Original Medicare covers home health care services fully, for short periods of time. However, it may not cover 20% of the Medicare-approved amount for durable medical equipment; cost and benefits may be different for beneficiaries enrolled in Medicare Advantage plans, so check with each plan to find out how they provide Medicare-covered home health benefits.

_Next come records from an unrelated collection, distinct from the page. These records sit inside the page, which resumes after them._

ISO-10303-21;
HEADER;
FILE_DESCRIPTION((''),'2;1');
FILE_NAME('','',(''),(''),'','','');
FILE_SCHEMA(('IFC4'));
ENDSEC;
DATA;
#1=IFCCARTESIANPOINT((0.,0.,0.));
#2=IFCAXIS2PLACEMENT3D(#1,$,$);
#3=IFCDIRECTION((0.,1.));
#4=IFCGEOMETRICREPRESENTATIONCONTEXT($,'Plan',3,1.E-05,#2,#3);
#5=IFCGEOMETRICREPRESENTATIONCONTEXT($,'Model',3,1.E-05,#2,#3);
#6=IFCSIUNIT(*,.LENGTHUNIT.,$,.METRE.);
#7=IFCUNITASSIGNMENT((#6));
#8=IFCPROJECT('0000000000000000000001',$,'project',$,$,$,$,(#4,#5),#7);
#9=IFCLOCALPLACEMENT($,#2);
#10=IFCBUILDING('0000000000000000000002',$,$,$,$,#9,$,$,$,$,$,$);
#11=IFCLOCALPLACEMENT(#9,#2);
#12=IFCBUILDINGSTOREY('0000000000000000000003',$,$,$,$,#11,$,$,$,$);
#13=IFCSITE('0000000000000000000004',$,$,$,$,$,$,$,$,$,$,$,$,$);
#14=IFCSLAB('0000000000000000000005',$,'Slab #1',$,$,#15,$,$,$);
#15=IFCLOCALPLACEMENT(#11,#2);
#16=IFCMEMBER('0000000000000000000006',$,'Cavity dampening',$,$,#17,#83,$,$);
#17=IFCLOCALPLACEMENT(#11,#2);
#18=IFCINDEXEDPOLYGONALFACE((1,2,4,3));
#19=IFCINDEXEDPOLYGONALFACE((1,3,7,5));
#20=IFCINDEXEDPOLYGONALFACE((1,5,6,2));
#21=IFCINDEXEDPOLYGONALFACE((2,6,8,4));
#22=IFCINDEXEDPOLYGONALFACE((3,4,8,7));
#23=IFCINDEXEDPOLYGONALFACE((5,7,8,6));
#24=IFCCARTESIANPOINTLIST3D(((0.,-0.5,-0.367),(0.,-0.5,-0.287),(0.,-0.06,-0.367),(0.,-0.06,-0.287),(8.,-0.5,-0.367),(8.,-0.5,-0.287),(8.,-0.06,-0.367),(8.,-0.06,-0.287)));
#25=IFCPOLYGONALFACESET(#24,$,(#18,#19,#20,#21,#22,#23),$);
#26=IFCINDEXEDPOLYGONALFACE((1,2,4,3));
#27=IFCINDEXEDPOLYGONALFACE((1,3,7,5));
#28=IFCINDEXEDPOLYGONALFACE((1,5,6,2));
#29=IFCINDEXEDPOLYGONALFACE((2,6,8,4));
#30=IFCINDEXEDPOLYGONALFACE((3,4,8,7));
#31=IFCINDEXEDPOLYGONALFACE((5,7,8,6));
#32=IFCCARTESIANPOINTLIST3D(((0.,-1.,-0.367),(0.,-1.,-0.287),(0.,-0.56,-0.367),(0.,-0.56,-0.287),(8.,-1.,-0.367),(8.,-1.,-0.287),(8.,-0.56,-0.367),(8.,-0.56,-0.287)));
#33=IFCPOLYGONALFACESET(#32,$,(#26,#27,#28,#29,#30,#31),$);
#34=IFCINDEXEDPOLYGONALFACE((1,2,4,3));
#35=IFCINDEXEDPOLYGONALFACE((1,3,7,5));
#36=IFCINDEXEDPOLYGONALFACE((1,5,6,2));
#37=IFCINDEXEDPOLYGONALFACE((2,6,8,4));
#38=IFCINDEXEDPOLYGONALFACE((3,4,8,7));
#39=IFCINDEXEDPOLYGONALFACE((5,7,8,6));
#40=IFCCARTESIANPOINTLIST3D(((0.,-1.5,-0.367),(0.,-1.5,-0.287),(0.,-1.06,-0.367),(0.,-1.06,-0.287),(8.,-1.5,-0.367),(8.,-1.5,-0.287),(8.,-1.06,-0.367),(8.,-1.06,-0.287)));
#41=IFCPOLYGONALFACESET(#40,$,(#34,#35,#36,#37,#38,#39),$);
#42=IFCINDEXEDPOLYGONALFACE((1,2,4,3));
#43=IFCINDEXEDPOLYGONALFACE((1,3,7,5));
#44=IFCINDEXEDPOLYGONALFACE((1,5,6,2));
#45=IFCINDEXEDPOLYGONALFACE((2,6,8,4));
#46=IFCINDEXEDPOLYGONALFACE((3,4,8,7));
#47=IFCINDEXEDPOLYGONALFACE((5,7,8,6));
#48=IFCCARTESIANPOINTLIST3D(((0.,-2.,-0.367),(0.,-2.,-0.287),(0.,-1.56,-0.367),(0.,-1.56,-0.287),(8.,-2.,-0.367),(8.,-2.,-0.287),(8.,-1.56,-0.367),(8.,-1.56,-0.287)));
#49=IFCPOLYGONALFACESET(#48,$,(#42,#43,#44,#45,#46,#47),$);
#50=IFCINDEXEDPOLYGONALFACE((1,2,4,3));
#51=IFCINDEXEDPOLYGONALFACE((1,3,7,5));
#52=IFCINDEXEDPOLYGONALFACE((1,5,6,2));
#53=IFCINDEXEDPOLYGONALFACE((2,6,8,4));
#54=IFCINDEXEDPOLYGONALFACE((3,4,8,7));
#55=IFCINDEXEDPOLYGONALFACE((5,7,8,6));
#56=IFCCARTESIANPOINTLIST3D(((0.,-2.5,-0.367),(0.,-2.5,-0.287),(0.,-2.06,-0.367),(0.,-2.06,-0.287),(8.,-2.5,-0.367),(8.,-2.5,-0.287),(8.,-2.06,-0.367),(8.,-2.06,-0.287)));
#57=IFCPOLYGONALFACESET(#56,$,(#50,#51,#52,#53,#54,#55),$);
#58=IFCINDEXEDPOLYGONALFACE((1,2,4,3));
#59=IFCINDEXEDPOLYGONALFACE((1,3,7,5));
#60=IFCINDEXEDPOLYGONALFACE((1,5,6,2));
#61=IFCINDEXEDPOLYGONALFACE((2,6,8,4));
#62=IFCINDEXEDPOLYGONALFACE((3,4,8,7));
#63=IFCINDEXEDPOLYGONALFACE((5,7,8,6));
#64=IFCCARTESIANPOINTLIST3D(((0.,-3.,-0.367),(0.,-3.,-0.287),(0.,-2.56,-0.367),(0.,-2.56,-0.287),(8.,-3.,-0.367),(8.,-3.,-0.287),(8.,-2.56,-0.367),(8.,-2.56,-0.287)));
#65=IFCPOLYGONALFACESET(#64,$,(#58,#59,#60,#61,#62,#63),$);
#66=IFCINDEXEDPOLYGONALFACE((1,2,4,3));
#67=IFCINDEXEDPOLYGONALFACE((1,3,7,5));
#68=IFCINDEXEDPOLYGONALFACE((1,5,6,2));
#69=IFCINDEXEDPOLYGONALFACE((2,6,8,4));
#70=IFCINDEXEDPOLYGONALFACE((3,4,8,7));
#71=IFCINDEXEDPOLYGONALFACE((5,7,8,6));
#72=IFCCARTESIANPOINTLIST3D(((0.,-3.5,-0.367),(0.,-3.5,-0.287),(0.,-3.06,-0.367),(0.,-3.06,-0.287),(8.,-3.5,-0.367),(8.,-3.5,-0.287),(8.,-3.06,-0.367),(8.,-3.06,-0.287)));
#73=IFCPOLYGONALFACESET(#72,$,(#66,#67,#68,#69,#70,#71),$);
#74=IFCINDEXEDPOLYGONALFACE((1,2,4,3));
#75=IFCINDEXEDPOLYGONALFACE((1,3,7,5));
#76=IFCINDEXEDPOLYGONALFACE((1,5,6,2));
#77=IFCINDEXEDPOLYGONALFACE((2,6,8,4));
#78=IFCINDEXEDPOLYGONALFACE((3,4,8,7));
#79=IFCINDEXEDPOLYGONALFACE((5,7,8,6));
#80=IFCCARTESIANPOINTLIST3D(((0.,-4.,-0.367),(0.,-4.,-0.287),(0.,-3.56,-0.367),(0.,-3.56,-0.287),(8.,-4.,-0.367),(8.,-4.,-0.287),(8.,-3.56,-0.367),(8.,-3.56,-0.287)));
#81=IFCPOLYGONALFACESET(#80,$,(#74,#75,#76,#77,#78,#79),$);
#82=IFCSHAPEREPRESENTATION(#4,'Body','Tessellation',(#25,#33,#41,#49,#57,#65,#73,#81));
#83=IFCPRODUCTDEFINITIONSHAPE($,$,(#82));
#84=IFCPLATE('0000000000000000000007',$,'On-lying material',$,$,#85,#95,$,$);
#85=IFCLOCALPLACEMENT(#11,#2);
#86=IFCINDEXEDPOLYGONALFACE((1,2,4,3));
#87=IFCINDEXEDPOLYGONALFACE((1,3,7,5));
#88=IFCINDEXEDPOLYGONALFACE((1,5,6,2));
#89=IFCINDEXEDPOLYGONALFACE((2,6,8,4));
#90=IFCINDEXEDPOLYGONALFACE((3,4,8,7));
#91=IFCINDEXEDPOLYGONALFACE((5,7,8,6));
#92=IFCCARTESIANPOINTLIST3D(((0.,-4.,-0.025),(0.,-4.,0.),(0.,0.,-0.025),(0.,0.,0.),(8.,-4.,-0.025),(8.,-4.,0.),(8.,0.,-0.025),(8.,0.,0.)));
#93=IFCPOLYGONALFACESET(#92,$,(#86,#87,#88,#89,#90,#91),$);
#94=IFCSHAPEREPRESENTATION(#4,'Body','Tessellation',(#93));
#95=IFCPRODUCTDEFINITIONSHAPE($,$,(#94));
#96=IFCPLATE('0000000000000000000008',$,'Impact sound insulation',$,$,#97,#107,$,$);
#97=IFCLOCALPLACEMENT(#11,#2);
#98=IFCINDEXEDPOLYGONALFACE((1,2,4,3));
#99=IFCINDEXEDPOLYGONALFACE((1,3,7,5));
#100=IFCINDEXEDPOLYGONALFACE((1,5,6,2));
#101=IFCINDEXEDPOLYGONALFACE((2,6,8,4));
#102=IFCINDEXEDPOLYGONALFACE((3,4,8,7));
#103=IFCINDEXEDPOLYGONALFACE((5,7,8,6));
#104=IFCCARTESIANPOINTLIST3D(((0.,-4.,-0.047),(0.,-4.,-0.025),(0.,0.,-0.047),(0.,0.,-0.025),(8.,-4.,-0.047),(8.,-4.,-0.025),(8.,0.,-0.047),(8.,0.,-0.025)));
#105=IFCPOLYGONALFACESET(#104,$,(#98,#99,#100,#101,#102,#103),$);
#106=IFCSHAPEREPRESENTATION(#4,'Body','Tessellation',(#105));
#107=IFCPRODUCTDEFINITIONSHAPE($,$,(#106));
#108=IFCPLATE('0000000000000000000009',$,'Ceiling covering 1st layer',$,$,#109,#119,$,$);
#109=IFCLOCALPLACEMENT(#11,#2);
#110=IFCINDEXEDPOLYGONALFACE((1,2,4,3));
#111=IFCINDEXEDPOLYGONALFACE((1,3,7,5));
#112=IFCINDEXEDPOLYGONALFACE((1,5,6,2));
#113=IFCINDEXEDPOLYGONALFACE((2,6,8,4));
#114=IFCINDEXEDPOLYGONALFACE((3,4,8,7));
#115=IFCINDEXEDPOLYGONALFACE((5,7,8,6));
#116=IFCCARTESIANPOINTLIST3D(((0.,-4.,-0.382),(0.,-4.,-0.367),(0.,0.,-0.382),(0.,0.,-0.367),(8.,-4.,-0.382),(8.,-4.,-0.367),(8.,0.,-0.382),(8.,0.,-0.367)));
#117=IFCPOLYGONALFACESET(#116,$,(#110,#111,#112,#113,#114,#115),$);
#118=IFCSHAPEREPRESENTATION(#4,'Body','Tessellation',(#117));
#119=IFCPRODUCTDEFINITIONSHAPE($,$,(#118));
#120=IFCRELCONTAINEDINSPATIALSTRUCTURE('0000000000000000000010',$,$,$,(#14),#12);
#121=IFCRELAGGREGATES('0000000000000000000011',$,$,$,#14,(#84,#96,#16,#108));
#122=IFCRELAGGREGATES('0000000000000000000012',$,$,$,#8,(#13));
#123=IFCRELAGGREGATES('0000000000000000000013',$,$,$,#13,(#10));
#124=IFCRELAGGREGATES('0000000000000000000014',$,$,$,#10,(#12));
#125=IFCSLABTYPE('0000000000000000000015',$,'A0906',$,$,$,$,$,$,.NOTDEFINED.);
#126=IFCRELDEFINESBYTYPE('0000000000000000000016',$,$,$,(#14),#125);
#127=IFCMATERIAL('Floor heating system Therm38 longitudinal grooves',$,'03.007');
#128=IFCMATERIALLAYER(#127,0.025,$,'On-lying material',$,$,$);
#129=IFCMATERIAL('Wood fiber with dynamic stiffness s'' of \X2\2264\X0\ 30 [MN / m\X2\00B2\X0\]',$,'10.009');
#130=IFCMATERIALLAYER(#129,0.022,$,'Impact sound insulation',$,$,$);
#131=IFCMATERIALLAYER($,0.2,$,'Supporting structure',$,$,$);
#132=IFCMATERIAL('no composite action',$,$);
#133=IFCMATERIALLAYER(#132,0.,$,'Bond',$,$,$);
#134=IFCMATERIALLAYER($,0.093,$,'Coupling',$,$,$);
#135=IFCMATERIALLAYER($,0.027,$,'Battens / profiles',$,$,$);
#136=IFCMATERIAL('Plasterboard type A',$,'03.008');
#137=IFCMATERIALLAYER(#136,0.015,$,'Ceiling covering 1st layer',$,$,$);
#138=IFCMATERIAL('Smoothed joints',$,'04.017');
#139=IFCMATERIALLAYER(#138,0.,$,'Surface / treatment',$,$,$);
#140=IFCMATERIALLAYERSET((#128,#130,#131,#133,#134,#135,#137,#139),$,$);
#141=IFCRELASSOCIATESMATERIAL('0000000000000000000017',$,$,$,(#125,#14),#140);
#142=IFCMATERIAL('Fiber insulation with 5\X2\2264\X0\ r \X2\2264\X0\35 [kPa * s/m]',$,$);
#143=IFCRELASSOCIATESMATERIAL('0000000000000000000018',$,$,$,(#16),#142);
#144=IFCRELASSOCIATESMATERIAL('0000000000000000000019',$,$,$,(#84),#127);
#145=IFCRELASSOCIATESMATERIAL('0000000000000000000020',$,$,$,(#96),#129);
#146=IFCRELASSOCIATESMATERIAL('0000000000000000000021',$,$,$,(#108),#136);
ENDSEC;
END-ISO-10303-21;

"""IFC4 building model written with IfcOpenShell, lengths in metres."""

from ifc_helpers import new_model, si_unit, direction, frame, frame_2d, origin, origin_with_axes, place, context, project, spatial, rectangle, extrude, material, layer, layer_set, type_object, element, aggregate, save


model = new_model("IFC4")

# Units and contexts
plan_context = context("Plan", 3, precision=1e-05, world=origin(), true_north=direction((0.0, 1.0)))
model_context = context("Model", 3, precision=1e-05, world=origin(), true_north=direction((0.0, 1.0)))
ifc_project = project(units=[si_unit("LENGTHUNIT", "METRE")], contexts=[plan_context, model_context])

# Site, building, storey
site = spatial("IfcSite", under=ifc_project)
building_placement = place(None, origin())
building = spatial("IfcBuilding", under=site, at=building_placement)
storey_placement = place(building_placement, origin())
storey = spatial("IfcBuildingStorey", under=building, at=storey_placement)

# Slab, member, plates
ifc_material_1 = material(Name="Floor heating system Therm38 longitudinal grooves", Category="03.007")
ifc_layer_1 = layer(ifc_material_1, 0.025, Name="On-lying material")
ifc_material_2 = material(Name="Wood fiber with dynamic stiffness s' of ≤ 30 [MN / m²]", Category="10.009")
ifc_layer_2 = layer(ifc_material_2, 0.022, Name="Impact sound insulation")
ifc_layer_3 = layer(None, 0.2, Name="Supporting structure")
ifc_material_3 = material(Name="no composite action")
ifc_layer_4 = layer(ifc_material_3, 0.0, Name="Bond")
ifc_layer_5 = layer(None, 0.093, Name="Coupling")
ifc_layer_6 = layer(None, 0.027, Name="Battens / profiles")
ifc_material_4 = material(Name="Plasterboard type A", Category="03.008")
ifc_layer_7 = layer(ifc_material_4, 0.015, Name="Ceiling covering 1st layer")
ifc_material_5 = material(Name="Smoothed joints", Category="04.017")
ifc_layer_8 = layer(ifc_material_5, 0.0, Name="Surface / treatment")
ifc_layer_set = layer_set([ifc_layer_1, ifc_layer_2, ifc_layer_3, ifc_layer_4, ifc_layer_5, ifc_layer_6, ifc_layer_7, ifc_layer_8])
slab_type = type_object("IfcSlabType", Name="A0906", PredefinedType="NOTDEFINED", material=ifc_layer_set)
slab_placement = place(None, frame((0.0, 0.0, 0.0), z_axis=(0.0, 0.0, -1.0), x_axis=(1.0, 0.0, 0.0)))
slab = element("IfcSlab", 1, at=slab_placement, inside=storey, type_object=slab_type, material=ifc_layer_set, Name="Slab #1")
ifc_material_6 = material(Name="Fiber insulation with 5≤ r ≤35 [kPa * s/m]")
member_1_placement = place(slab_placement, origin())
member_1 = element("IfcMember", 2, at=member_1_placement, material=ifc_material_6, Name="Cavity dampening", context=plan_context, shape_type="SweptSolid", body=[
    extrude(rectangle(XDim=0.44, YDim=0.08, at=frame_2d((0.22, 0.04), x_axis=(1.0, 0.0))), frame((0.0, 0.06, 0.287), z_axis=(1.0, 0.0, 0.0), x_axis=(0.0, 1.0, 0.0)), (0.0, 0.0, 1.0), 8.0),
    extrude(rectangle(XDim=0.44, YDim=0.08, at=frame_2d((0.22, 0.04), x_axis=(1.0, 0.0))), frame((0.0, 0.56, 0.287), z_axis=(1.0, 0.0, 0.0), x_axis=(0.0, 1.0, 0.0)), (0.0, 0.0, 1.0), 8.0),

Caution: Be sure to ask up front, the home health care provider selected which services Medicare will pay for and what is not covered, as some providers may recommend services not covered by Medicare. Home health providers must notify you of the cost of services in writing before starting care.
Step 4: Select Provider
To find the right provider, click FIND A CAREGIVER to find an accredited home health care provider that has passed continual quality checks. Then, make sure the provider is on the Medicare approved list of providers: https://www.medicare.gov/homehealthcompare/search.html.
Just because a provider has been approved by Medicare does not mean it has been accredited by one of three federal accrediting bodies.
These accreditation bodies ensure home health providers continually pass quality checks, only hire (and keep) the best employees, and more.
For more information on why accreditation matters, click here.
Step 5: Assessment
To find the right provider for your situation, you'll want to ask questions such as the following:
Can I interview multiple Caregivers?
Can I interview caregivers who specialize or have experience in my injury or medical status?
Can the provider offer resumes, references and reviews for the caregiver, not the agency itself?
What is the agency’s plan for back up resources?
How much does the caregiver earn per hour?
Step 6: Re-Assess
Finding home health care can be daunting. Once a patient has found a provider, the tendency may be to assume all is well. This is not always the case. Ensure your HHC provider is aware of the need for re-assessment. Ensure the provider is planning to send updates on a regular basis, which will inform the re-assessment when it occurs.
Quality of care is paramount. Be prepared to re-assess the options quickly, if the need arises.